Where the ladder decides _how far down_ a piece sits, **co-location** decides _what sits beside it_ once there: keep a concept's definition, rules, and caveats under one heading rather than scattered, so reading one part brings its neighbours with it.

## When to split

**Granularity** is how finely you divide skills, and each cut spends one of the two loads, so split only when the cut earns it. Two cuts:

- **By invocation** — split off a **model-invoked** skill when you have a distinct **leading word** that should trigger it on its own, or another skill must reach it. You pay **context load** for the new always-loaded **description**, so that independent reach has to be worth it.
- **By sequence** — split a run of **steps** when the steps still ahead (a step's **post-completion steps**) tempt the agent to rush the one in front of it (**premature completion**). Keeping them out of view encourages the agent to do more **legwork** on the current task.

## Pruning

Keep each meaning in a **single source of truth**: one authoritative place, so changing the behaviour is a one-place edit.
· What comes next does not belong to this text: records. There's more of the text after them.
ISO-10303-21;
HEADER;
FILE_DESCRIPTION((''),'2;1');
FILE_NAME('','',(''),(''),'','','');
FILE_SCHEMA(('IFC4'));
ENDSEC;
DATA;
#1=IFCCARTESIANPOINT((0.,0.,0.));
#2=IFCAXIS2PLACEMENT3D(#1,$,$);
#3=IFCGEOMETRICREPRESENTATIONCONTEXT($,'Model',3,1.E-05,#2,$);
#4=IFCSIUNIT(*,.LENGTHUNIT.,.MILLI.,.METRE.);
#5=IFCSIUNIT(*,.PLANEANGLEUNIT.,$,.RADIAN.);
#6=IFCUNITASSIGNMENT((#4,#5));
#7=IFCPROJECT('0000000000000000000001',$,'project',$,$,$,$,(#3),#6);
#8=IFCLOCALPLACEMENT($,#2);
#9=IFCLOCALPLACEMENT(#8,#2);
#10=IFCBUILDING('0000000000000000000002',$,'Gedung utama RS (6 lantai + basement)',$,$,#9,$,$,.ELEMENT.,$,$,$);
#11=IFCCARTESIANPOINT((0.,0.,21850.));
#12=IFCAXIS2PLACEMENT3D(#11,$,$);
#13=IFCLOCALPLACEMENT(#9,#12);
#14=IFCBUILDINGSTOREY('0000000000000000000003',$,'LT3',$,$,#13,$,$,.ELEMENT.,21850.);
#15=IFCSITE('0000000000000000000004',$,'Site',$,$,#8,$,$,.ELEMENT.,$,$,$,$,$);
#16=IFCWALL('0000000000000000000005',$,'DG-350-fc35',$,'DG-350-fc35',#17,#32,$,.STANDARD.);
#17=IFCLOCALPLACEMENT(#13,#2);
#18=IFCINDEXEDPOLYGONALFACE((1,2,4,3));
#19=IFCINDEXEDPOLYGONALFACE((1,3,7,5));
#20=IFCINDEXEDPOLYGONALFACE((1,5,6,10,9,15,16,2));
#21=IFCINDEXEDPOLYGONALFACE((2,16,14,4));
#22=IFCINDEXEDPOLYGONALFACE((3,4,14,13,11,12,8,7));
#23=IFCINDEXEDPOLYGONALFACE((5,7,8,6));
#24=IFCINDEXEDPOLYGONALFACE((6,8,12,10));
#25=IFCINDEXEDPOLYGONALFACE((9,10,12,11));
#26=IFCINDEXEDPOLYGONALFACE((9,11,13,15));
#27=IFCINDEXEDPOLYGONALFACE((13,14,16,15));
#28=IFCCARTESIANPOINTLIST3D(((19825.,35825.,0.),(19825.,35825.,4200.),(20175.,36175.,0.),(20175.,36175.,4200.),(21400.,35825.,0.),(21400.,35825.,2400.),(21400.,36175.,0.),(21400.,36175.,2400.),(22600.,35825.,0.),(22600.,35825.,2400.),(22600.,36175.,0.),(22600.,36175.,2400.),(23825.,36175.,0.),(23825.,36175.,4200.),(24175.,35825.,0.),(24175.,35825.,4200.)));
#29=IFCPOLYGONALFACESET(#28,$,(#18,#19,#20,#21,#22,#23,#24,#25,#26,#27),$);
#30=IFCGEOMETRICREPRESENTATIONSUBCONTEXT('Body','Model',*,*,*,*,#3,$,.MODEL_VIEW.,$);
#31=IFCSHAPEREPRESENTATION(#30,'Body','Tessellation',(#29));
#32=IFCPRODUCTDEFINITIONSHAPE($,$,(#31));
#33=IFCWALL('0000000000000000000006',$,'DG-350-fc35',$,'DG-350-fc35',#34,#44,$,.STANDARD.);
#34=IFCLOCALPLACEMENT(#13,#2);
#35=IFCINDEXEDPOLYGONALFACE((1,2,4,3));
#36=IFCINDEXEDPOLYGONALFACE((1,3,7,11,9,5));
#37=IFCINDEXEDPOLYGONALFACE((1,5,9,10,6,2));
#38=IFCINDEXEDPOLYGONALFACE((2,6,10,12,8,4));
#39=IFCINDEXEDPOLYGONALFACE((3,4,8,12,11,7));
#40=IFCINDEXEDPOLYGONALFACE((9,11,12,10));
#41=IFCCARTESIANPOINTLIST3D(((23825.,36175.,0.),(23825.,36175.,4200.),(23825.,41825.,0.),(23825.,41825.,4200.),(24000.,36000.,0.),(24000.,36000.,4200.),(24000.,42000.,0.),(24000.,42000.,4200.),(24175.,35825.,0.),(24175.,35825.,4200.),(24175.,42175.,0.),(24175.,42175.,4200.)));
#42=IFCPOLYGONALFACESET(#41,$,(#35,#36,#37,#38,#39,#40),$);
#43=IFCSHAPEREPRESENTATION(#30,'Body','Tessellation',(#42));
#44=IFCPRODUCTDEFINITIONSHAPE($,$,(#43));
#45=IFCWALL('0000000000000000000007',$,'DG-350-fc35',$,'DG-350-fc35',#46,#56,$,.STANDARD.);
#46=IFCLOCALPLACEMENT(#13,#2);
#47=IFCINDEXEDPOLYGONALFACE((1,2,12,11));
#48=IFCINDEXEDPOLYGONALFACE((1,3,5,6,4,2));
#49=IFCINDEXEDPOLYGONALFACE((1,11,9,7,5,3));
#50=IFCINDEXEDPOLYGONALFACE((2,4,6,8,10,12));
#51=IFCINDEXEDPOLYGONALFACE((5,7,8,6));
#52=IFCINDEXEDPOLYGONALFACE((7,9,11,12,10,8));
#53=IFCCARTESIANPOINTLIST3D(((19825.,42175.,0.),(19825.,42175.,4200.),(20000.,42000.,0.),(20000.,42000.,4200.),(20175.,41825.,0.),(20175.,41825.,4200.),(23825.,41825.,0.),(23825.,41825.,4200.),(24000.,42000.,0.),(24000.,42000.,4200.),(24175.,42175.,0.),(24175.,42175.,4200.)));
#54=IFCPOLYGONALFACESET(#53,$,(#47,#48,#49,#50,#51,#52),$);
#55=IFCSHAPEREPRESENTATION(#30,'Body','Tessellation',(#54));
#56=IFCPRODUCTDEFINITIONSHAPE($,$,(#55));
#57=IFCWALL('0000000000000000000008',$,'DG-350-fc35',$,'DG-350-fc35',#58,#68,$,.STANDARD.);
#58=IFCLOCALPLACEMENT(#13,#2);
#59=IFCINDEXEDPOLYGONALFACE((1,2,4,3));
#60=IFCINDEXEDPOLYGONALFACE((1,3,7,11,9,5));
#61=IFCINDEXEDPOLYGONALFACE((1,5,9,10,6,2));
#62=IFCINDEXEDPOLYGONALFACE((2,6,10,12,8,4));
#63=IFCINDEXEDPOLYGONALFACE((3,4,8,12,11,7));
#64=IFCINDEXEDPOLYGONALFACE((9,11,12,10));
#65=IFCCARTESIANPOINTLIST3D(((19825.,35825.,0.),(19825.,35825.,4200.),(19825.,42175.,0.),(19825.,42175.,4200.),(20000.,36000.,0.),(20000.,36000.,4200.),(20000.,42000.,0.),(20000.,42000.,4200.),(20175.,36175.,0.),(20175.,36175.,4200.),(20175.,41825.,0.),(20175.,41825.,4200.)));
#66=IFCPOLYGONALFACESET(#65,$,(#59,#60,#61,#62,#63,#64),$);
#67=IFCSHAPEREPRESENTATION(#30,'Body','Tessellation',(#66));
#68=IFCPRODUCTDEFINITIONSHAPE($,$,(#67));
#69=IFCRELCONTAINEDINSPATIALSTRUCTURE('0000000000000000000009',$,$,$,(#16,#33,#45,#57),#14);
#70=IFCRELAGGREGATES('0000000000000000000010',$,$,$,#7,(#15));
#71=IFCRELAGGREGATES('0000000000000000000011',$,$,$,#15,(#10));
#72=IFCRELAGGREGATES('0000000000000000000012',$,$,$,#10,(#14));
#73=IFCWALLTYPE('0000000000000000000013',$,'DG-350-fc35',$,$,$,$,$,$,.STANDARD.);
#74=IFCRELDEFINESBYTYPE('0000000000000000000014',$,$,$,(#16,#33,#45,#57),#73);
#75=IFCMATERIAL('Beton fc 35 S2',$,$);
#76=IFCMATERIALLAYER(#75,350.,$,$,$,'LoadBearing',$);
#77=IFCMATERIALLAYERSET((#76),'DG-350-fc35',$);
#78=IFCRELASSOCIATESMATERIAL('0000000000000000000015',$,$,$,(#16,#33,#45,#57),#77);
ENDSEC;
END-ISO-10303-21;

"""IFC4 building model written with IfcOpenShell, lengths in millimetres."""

from ifc_helpers import new_model, si_unit, frame, frame_2d, origin, place, context, subcontext, project, spatial, polyline, rectangle, outline, extrude, material, layer, layer_set, layer_usage, type_object, element, save


model = new_model("IFC4")

# Units and contexts
model_context = context("Model", 3, precision=1e-05, world=origin())
body_context = subcontext(model_context, "Body", "Model", "MODEL_VIEW")
ifc_project = project(units=[si_unit("LENGTHUNIT", "METRE", prefix="MILLI"), si_unit("PLANEANGLEUNIT", "RADIAN")], contexts=[model_context])

# Site, building, storey
site_placement = place(None, origin())
site = spatial("IfcSite", under=ifc_project, at=site_placement, Name="Site", CompositionType="ELEMENT")
building_placement = place(site_placement, origin())
building = spatial("IfcBuilding", under=site, at=building_placement, Name="Gedung utama RS (6 lantai + basement)", CompositionType="ELEMENT")
storey_placement = place(building_placement, frame((0.0, 0.0, 21850.0)))
storey = spatial("IfcBuildingStorey", under=building, at=storey_placement, Name="LT3", CompositionType="ELEMENT", Elevation=21850.0)

# Wall, opening
ifc_material_1 = material(Name="Beton fc 35 S2")
ifc_layer_1 = layer(ifc_material_1, 350.0, Category="LoadBearing")
ifc_layer_set_1 = layer_set([ifc_layer_1], Name="DG-350-fc35")
ifc_layer_usage_1 = layer_usage(ifc_layer_set_1, "AXIS2", "NEGATIVE", 175.0)
wall_type_1 = type_object("IfcWallType", Name="DG-350-fc35", PredefinedType="STANDARD")
wall_1_placement = place(storey_placement, frame((20000.0, 36000.0, 0.0), z_axis=(0.0, 0.0, 1.0), x_axis=(1.0, 0.0, 0.0)))
wall_1 = element("IfcWall", 1, at=wall_1_placement, inside=storey, type_object=wall_type_1, material=ifc_layer_usage_1, Name="DG-350-fc35", ObjectType="DG-350-fc35", PredefinedType="STANDARD", context=body_context, shape_type="SweptSolid", body=[
    extrude(outline(polyline([(-175.0, -175.0), (0.0, 0.0), (175.0, 175.0), (3825.0, 175.0), (4000.0, 0.0), (4175.0, -175.0), (-175.0, -175.0)])), origin(), (0.0, 0.0, 1.0), 4200.0),
])
opening_1_placement = place(wall_1_placement, frame((1400.0, 0.0, 0.0), z_axis=(0.0, 0.0, 1.0), x_axis=(1.0, 0.0, 0.0)))
element("IfcOpeningElement", 2, at=opening_1_placement, cuts=wall_1, PredefinedType="OPENING", context=body_context, shape_type="SweptSolid", body=[
    extrude(rectangle(XDim=1200.0, YDim=370.0, at=frame_2d((600.0, 0.0))), origin(), (0.0, 0.0, 1.0), 2400.0),
])

# Walls
wall_2_placement = place(storey_placement, frame((24000.0, 36000.0, 0.0), z_axis=(0.0, 0.0, 1.0), x_axis=(0.0, 1.0, 0.0)))
element("IfcWall", 3, at=wall_2_placement, inside=storey, type_object=wall_type_1, material=ifc_layer_usage_1, Name="DG-350-fc35", ObjectType="DG-350-fc35", PredefinedType="STANDARD", context=body_context, shape_type="SweptSolid", body=[
    extrude(outline(polyline([(-175.0, -175.0), (0.0, 0.0), (175.0, 175.0), (5825.0, 175.0), (6000.0, 0.0), (6175.0, -175.0), (-175.0, -175.0)])), origin(), (0.0, 0.0, 1.0), 4200.0),
])
wall_3_placement = place(storey_placement, frame((24000.0, 42000.0, 0.0), z_axis=(0.0, 0.0, 1.0), x_axis=(-1.0, 0.0, 0.0)))
element("IfcWall", 4, at=wall_3_placement, inside=storey, type_object=wall_type_1, material=ifc_layer_usage_1, Name="DG-350-fc35", ObjectType="DG-350-fc35", PredefinedType="STANDARD", context=body_context, shape_type="SweptSolid", body=[
    extrude(outline(polyline([(-175.0, -175.0), (0.0, 0.0), (175.0, 175.0), (3825.0, 175.0), (4000.0, 0.0), (4175.0, -175.0), (-175.0, -175.0)])), origin(), (0.0, 0.0, 1.0), 4200.0),
])
wall_4_placement = place(storey_placement, frame((20000.0, 42000.0, 0.0), z_axis=(0.0, 0.0, 1.0), x_axis=(0.0, -1.0, 0.0)))
element("IfcWall", 5, at=wall_4_placement, inside=storey, type_object=wall_type_1, material=ifc_layer_usage_1, Name="DG-350-fc35", ObjectType="DG-350-fc35", PredefinedType="STANDARD", context=body_context, shape_type="SweptSolid", body=[
    extrude(outline(polyline([(-175.0, -175.0), (0.0, 0.0), (175.0, 175.0), (5825.0, 175.0), (6000.0, 0.0), (6175.0, -175.0), (-175.0, -175.0)])), origin(), (0.0, 0.0, 1.0), 4200.0),
])

save(model, "model.ifc")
Check every line for **relevance**: does it still bear on what the skill does?

Then hunt **no-ops** sentence by sentence, not just line by line: run the no-op test on each sentence in isolation, and when one fails, delete the whole sentence rather than trim words from it. Be aggressive — most prose that fails should go, not be rewritten.

## Leading words

A **leading word** is a compact concept already living in the model's pretraining that the agent thinks with while running the skill (e.g. _lesson_, _fog of war_, _tracer bullets_). Repeated throughout the text (though not necessarily - a strong leading word might only be needed once), it accumulates a distributed definition and anchors a whole region of behaviour in the fewest tokens, by recruiting priors the model already holds.

It serves predictability twice. In the body it anchors _execution_: the agent reaches for the same behaviour every time the word appears. In the description it anchors _invocation_: when the same word lives in your prompts, docs, and code, the agent links that shared language to the skill and fires it more reliably.

Hunt for opportunities to refactor skills to use leading words. A triad spelled out at three sites (**duplication**), a description spending a sentence to gesture at one idea — each is a passage begging to **collapse** into a single token. Examples include:

- "fast, deterministic, low-overhead" -> _tight_ — one quality restated across a phase — into a single pretrained word (a _tight_ loop).
- "a loop you believe in" -> _red_ — converts a fuzzy gate into a binary observable state (the loop goes _red_ on the bug, or it doesn't).

You win twice over: fewer tokens, _and_ a sharper hook for the agent to hang its thinking on. Assume every skill is carrying restatements that leading words retire — go find them.

## Failure modes

Use these to diagnose issues the user may be having with the skill.

- **Premature completion** — ending a step before it's genuinely done, attention slipping to _being done_. Defence, in order: sharpen the completion criterion first (cheap, local); only if it is irreducibly fuzzy _and_ you observe the rush, hide the post-completion steps by splitting (the sequence cut).
- **Duplication** — the same meaning in more than one place. Costs maintenance and tokens, and inflates a meaning's prominence on the ladder past its real rank.
- **Sediment** — stale layers that settle because adding feels safe and removing feels risky. The default fate of any skill without a pruning discipline.
- **Sprawl** — a skill simply too long, even when every line is live and unique. Hurts readability and maintainability and wastes tokens. The cure is the ladder: disclose **reference** behind pointers, and split by **branch** or sequence so each path carries only what it needs.
- **No-op** — a line the model already obeys by default, so you pay load to say nothing. The test: does it change behaviour versus the default? A weak leading word (_be thorough_ when the agent is already thorough-ish) is a no-op; the fix is a stronger word (_relentless_), not a different technique.